Er öffnete die Augen und sah – Nichts! Zumindest nichts, was ihn an Laufschuhe erinnerte. Es gab ein paar Dinge, die sich verändert hatten. An der Wand standen ein paar Latten und auf seiner Arbeitsplatte lagen Schwämme und eine Dose mit einem Spritzaufsatz.

„Na. Wo..wo  sind denn die Sachen?“ fragte er, nun ein wenig unsicher geworden. „Na, es ist alles hier. Was braucht man? Zum einen braucht man Leisten für die Konstruktion. Also habe ich dir welche gekauft. Dort an der Wand stehen sie.“ Sie deutete auf die Latten, die an der Wand lehnten.

„ Es hat nicht alles geklappt, denn ich wollte gebogene und gerade Leisten, aber die hatten nur die geraden.“  Sein Gesicht drückte Fassungslosigkeit aus. „Und was ist mit dem Rest?“ Er deutete auf die Schwämme und die Dose. Jetzt strahlte seine Frau noch mehr.

„Das sind Polyurethane, die Kunststoffe, die man für die Zwischensohlen braucht und auch bei den Sohlen verwendet werden. Dieses Füllmaterial in der Dose und die Schwämme sind genau aus diesem Material!“

„Aber…aber, daraus kann ich doch keine Schuhe bauen!“ Seine Euphorie war einer tiefen Fassungslosigkeit gewichen.

„Kann man nicht, Schatz?“ Sie machte kurz einen betrübten Gesichtsausdruck, bevor sich dieser wieder aufhellte.

„Ach, egal. Ich habe da eine Idee. Wenn es nicht für Schuhe reicht, müssen wir versuchen, das Beste daraus zu machen. Was meinst du?“ Resigniert nickte er, mehr ging in seiner Enttäuschung und Fassungslosigkeit nicht.

„O.K., da du heute nicht laufen wolltest, könntest du die Zeit nutzen, um den Wandschrank zu bauen. Mit den Leisten kannst du schon einmal den Rahmen bauen und die Lücke in der Wand mit dem Stoff aus der Dose kannst du den Hohlraum an der Wand verfüllen.

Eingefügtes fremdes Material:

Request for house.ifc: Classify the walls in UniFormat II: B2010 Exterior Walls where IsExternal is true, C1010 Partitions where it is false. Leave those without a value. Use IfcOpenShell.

First a look at what the model holds.

```python
import ifcopenshell
import ifcopenshell.util.element

model = ifcopenshell.open("house.ifc")
print(model.schema)
print("classifications:", [c.Name for c in model.by_type("IfcClassification")])
values = [ifcopenshell.util.element.get_pset(e, "Pset_WallCommon", "IsExternal") for e in model.by_type("IfcWall")]
for value in (True, False, None):
    print("IsExternal", value, values.count(value))
```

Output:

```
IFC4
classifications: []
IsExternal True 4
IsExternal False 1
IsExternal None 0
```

```python
import ifcopenshell
import ifcopenshell.api.classification
import ifcopenshell.util.element

model = ifcopenshell.open("house.ifc")

system = ifcopenshell.api.classification.add_classification(model, classification="UniFormat II")

walls = model.by_type("IfcWall")
external = {e: ifcopenshell.util.element.get_pset(e, "Pset_WallCommon", "IsExternal") for e in walls}
for flag, code, name in ((True, "B2010", "Exterior Walls"), (False, "C1010", "Partitions")):
    products = [e for e in walls if external[e] is flag]
    ifcopenshell.api.classification.add_reference(
        model, products=products, classification=system, identification=code, name=name
    )
    print(code, len(products))

model.write("house_edited.ifc")
```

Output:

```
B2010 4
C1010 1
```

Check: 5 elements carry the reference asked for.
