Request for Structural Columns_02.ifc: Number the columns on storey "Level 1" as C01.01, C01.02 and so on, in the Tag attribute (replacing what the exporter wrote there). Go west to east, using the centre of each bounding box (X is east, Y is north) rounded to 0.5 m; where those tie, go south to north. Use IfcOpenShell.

First a look at what the model holds.

```python
import ifcopenshell
import ifcopenshell.util.element
import ifcopenshell.util.placement

model = ifcopenshell.open("Structural Columns_02.ifc")
print(model.schema)
storey = next(s for s in model.by_type("IfcBuildingStorey") if s.Name == "Level 1")
columns = [e for e in ifcopenshell.util.element.get_decomposition(storey) if e.is_a("IfcColumn")]
for e in sorted(columns, key=lambda e: e.id()):
    origin = ifcopenshell.util.placement.get_local_placement(e.ObjectPlacement)[:3, 3]
    print(e.id(), e.Tag, e.Name, origin.round(2) + 0.0, sep=" | ")
```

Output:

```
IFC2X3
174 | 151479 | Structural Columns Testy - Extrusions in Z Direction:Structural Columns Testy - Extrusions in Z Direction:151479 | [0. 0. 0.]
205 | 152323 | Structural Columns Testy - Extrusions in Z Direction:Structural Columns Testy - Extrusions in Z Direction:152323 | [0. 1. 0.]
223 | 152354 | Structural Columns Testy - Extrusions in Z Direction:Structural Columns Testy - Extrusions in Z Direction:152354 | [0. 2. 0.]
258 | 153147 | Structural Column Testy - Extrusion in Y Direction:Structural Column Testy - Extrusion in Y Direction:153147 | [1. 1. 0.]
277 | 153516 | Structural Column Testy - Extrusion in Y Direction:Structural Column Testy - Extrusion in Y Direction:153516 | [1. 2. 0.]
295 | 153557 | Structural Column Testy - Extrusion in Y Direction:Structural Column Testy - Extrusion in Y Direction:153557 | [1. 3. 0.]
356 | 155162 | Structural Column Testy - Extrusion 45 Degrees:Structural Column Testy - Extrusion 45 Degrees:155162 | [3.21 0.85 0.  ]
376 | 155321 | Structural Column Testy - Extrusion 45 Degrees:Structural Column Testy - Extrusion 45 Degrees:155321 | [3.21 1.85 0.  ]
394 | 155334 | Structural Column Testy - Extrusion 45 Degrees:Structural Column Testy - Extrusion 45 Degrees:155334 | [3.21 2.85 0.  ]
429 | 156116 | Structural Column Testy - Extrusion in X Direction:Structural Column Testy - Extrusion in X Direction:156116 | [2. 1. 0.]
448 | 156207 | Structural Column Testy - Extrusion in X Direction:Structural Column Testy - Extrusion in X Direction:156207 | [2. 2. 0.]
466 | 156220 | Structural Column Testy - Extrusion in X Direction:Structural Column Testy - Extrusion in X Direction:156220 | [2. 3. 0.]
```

```python
import ifcopenshell
import ifcopenshell.geom
import ifcopenshell.util.element
import ifcopenshell.util.shape

model = ifcopenshell.open("Structural Columns_02.ifc")
settings = ifcopenshell.geom.settings()
settings.set("use-world-coords", True)


def centre(element):
    shape = ifcopenshell.geom.create_shape(settings, element)
    return ifcopenshell.util.shape.get_bbox_centroid(shape.geometry)


storey = next(s for s in model.by_type("IfcBuildingStorey") if s.Name == "Level 1")
columns = [e for e in ifcopenshell.util.element.get_decomposition(storey) if e.is_a("IfcColumn")]

# Insertion points can sit at a corner or the storey origin, so sort by the geometry (in metres).
centres = {e: centre(e) for e in columns}
columns.sort(key=lambda e: (round(centres[e][0] / 0.5), centres[e][1]))

for i, e in enumerate(columns, start=1):
    number = f"C01.{i:02d}"
    e.Tag = number
    print(e.id(), number)

model.write("Structural Columns_02_updated.ifc")
```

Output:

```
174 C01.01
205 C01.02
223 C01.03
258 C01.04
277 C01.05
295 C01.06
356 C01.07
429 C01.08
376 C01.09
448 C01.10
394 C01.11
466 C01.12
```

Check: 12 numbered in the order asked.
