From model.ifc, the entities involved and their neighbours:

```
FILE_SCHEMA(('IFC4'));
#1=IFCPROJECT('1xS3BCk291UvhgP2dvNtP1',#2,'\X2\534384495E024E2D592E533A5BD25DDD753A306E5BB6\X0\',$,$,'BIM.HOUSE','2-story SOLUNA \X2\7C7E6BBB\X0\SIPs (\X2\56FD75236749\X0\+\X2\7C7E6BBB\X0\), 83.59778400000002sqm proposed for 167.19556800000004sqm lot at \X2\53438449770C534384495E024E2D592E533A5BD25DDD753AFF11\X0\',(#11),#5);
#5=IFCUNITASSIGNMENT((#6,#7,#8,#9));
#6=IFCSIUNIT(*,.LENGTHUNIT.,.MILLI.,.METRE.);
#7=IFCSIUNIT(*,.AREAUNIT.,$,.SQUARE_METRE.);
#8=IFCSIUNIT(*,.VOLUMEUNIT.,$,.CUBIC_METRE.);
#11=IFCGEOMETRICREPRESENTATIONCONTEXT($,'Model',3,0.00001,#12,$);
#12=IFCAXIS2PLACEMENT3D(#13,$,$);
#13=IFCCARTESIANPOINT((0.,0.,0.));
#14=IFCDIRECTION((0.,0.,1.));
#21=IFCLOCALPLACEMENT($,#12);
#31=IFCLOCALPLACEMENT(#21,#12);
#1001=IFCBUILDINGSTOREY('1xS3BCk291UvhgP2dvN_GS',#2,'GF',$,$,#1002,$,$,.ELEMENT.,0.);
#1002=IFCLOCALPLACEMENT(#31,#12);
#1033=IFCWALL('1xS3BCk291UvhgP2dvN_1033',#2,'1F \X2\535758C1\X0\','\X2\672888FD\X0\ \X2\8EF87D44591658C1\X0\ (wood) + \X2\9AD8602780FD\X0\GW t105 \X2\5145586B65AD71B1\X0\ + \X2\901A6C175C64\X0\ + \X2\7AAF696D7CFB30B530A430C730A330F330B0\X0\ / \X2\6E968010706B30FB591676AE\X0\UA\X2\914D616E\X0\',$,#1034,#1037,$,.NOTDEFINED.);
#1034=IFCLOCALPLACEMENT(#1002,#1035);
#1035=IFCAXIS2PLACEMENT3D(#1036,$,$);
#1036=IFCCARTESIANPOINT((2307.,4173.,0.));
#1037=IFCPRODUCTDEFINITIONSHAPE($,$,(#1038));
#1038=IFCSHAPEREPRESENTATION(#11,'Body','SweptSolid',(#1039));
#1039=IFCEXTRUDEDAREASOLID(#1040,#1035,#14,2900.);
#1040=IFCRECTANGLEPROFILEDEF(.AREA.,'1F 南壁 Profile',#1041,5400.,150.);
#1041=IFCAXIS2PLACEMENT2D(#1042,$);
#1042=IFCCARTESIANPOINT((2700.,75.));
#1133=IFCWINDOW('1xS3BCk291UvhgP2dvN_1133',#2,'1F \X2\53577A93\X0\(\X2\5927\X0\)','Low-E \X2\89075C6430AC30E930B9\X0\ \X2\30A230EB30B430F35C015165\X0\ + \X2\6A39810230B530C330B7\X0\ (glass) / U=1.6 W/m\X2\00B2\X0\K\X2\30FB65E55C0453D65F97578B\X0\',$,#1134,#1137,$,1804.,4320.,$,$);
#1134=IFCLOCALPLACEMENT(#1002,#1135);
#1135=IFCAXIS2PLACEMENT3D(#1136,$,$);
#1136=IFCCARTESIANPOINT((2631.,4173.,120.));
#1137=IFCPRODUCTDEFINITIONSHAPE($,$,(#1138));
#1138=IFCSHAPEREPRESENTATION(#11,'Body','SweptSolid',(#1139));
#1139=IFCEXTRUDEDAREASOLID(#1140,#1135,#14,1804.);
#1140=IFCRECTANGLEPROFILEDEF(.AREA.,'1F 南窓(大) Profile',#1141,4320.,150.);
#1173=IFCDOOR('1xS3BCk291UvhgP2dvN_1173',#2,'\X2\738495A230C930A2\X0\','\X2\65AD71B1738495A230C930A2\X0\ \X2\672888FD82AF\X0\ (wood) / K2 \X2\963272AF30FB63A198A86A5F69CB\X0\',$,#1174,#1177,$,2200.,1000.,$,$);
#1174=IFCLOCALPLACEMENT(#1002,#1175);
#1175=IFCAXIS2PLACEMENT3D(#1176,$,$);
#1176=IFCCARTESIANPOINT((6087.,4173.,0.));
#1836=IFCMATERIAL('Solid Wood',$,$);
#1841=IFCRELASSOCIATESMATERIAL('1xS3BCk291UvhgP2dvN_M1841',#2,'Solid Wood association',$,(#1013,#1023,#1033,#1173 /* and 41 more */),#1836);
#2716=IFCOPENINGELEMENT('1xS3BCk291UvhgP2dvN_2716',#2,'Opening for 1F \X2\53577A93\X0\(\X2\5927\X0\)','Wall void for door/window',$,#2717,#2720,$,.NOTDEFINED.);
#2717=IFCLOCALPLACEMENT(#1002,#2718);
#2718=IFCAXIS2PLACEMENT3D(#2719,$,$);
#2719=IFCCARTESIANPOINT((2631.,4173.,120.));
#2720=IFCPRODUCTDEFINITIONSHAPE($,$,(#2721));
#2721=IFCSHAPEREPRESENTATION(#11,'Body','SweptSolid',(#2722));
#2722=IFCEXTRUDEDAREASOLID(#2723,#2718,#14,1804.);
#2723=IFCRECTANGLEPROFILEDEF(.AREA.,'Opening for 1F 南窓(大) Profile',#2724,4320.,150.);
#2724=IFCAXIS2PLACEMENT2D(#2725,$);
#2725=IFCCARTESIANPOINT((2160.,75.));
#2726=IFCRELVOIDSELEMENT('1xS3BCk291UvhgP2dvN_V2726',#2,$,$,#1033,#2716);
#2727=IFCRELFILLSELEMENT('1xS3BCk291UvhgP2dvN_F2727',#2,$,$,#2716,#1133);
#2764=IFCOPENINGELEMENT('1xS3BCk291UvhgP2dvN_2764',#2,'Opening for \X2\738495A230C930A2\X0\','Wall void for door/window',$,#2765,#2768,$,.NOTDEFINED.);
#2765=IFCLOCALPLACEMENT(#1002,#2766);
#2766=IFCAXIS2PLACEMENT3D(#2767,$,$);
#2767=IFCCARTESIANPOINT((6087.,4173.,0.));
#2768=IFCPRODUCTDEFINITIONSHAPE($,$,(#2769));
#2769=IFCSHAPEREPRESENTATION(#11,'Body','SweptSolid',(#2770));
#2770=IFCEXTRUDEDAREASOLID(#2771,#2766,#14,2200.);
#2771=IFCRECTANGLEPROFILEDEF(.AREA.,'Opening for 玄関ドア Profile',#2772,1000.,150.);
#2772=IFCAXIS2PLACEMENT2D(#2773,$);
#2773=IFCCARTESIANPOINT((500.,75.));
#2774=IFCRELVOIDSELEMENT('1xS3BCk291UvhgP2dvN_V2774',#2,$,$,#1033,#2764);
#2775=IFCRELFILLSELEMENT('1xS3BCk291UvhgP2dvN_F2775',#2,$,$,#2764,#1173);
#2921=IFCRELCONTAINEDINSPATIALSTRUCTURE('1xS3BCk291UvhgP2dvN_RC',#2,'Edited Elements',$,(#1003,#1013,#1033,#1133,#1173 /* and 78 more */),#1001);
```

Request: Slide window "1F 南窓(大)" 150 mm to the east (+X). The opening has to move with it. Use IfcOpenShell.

```python
import ifcopenshell
import ifcopenshell.api.geometry
import ifcopenshell.util.placement

model = ifcopenshell.open("model.ifc")

window = model.by_guid("1xS3BCk291UvhgP2dvN_1133")
opening = window.FillsVoids[0].RelatingOpeningElement
wall = opening.VoidsElements[0].RelatingBuildingElement

wall_matrix = ifcopenshell.util.placement.get_local_placement(wall.ObjectPlacement)
shift = wall_matrix[:3, 0] * 150.0
before = ifcopenshell.util.placement.get_local_placement(window.ObjectPlacement)[:3, 3].copy()

# The window is not placed relative to its opening, so move both.
for product in (opening, window):
    matrix = ifcopenshell.util.placement.get_local_placement(product.ObjectPlacement)
    matrix[:3, 3] += shift
    ifcopenshell.api.geometry.edit_object_placement(model, product=product, matrix=matrix, is_si=False)

after = ifcopenshell.util.placement.get_local_placement(window.ObjectPlacement)[:3, 3]
print("window moved by", (after - before).round(3) + 0.0)

model.write("model_updated.ifc")
```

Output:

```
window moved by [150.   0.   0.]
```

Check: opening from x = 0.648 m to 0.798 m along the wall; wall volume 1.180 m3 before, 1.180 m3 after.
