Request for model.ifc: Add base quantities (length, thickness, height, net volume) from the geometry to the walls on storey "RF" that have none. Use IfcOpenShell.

First a look at what the model holds.

```python
import ifcopenshell
import ifcopenshell.util.element
import ifcopenshell.util.unit

model = ifcopenshell.open("model.ifc")
print(model.schema)
for unit_type in ("LENGTHUNIT", "AREAUNIT", "VOLUMEUNIT"):
    print(unit_type, ifcopenshell.util.unit.calculate_unit_scale(model, unit_type))
storey = next(s for s in model.by_type("IfcBuildingStorey") if s.Name == "RF")
walls = [e for e in ifcopenshell.util.element.get_decomposition(storey) if e.is_a("IfcWall")]
for e in sorted(walls, key=lambda e: e.id()):
    print(e.id(), e.is_a(), e.Name, list(ifcopenshell.util.element.get_psets(e, qtos_only=True)), sep=" | ")
```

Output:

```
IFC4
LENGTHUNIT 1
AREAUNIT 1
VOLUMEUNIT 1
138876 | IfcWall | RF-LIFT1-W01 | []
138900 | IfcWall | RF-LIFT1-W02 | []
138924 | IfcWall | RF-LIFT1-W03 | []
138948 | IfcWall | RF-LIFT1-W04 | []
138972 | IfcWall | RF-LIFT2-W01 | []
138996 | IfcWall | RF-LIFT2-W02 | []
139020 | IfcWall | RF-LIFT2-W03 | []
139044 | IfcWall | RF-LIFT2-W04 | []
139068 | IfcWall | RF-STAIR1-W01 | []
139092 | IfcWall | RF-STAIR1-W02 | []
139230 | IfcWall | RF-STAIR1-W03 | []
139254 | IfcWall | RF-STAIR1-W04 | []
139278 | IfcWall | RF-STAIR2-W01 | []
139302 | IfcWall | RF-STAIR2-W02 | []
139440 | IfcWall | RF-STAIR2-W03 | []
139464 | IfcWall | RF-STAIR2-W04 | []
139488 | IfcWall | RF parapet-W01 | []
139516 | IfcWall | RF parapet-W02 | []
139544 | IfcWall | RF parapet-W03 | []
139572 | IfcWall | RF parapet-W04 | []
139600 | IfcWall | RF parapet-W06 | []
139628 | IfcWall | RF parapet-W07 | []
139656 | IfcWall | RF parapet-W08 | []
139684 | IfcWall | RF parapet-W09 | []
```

```python
import ifcopenshell
import ifcopenshell.api.pset
import ifcopenshell.geom
import ifcopenshell.util.element
import ifcopenshell.util.shape
import ifcopenshell.util.unit

model = ifcopenshell.open("model.ifc")
unit_scale = ifcopenshell.util.unit.calculate_unit_scale(model)
volume_scale = ifcopenshell.util.unit.calculate_unit_scale(model, "VOLUMEUNIT")
settings = ifcopenshell.geom.settings()

storey = next(s for s in model.by_type("IfcBuildingStorey") if s.Name == "RF")
walls = [e for e in ifcopenshell.util.element.get_decomposition(storey) if e.is_a("IfcWall")]

for e in sorted(walls, key=lambda e: e.id()):
    if ifcopenshell.util.element.get_psets(e, qtos_only=True, should_inherit=False):
        continue
    # Geometry comes back in metres, in the element's own axes.
    shape = ifcopenshell.geom.create_shape(settings, e)
    values = {
        "Length": ifcopenshell.util.shape.get_x(shape.geometry) / unit_scale,
        "Width": ifcopenshell.util.shape.get_y(shape.geometry) / unit_scale,
        "Height": ifcopenshell.util.shape.get_z(shape.geometry) / unit_scale,
        "NetVolume": ifcopenshell.util.shape.get_volume(shape.geometry) / volume_scale,
    }
    qto = ifcopenshell.api.pset.add_qto(model, product=e, name="Qto_WallBaseQuantities")
    ifcopenshell.api.pset.edit_qto(model, qto=qto, properties=values)
    print(e.id(), {k: round(v, 3) for k, v in values.items()})

model.write("model_v2.ifc")
```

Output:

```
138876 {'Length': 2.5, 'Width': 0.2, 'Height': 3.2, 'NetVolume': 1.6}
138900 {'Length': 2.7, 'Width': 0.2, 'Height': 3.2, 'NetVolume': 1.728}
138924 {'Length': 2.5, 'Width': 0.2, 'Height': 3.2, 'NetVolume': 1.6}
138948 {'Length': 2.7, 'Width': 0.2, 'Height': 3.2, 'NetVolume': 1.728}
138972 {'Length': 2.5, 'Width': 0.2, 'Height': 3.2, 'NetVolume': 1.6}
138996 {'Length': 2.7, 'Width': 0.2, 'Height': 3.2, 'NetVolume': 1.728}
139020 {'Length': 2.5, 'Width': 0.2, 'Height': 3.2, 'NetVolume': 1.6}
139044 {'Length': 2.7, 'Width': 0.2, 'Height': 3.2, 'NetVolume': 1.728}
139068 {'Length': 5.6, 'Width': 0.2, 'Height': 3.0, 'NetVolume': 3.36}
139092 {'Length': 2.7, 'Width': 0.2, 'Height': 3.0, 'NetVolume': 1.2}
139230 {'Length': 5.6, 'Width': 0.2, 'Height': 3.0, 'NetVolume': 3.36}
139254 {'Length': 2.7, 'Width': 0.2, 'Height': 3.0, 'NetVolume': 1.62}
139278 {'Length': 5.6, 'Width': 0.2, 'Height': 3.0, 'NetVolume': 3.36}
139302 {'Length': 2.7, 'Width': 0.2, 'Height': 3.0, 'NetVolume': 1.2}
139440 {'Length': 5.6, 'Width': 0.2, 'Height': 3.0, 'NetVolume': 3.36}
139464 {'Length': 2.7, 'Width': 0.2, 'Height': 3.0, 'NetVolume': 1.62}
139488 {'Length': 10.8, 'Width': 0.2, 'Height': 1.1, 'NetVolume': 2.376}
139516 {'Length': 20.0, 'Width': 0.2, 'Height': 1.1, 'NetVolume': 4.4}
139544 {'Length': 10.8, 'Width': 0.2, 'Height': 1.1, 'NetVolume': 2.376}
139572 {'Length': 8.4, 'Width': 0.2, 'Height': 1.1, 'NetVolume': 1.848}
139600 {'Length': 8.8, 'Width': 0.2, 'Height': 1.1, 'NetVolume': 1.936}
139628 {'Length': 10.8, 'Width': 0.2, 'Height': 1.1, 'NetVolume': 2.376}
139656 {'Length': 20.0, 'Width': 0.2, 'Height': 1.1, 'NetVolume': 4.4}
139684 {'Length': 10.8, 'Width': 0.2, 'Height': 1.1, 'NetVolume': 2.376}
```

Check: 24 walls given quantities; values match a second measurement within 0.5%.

Und wenn du fertig bist, dann kannst du dir einen der beiden Schwämme aussuchen, um ordentlich sauber zu machen. Ist das ne Idee?“

Er war fassungslos. Dieses hinterlistige, weibliche Wesen, was sich seine Frau nennt, hat ihn aufs Kreuz gelegt. Er wusste genau, dass er aus dieser Nummer nicht mehr herauskommen würde, also musste er nun bauen. Wäre er doch lieber laufen gegangen! Gleichzeitig schwor er sich, dass er seiner Frau niemals wieder Zugang zu seinen Laufzeitschriften geben würde.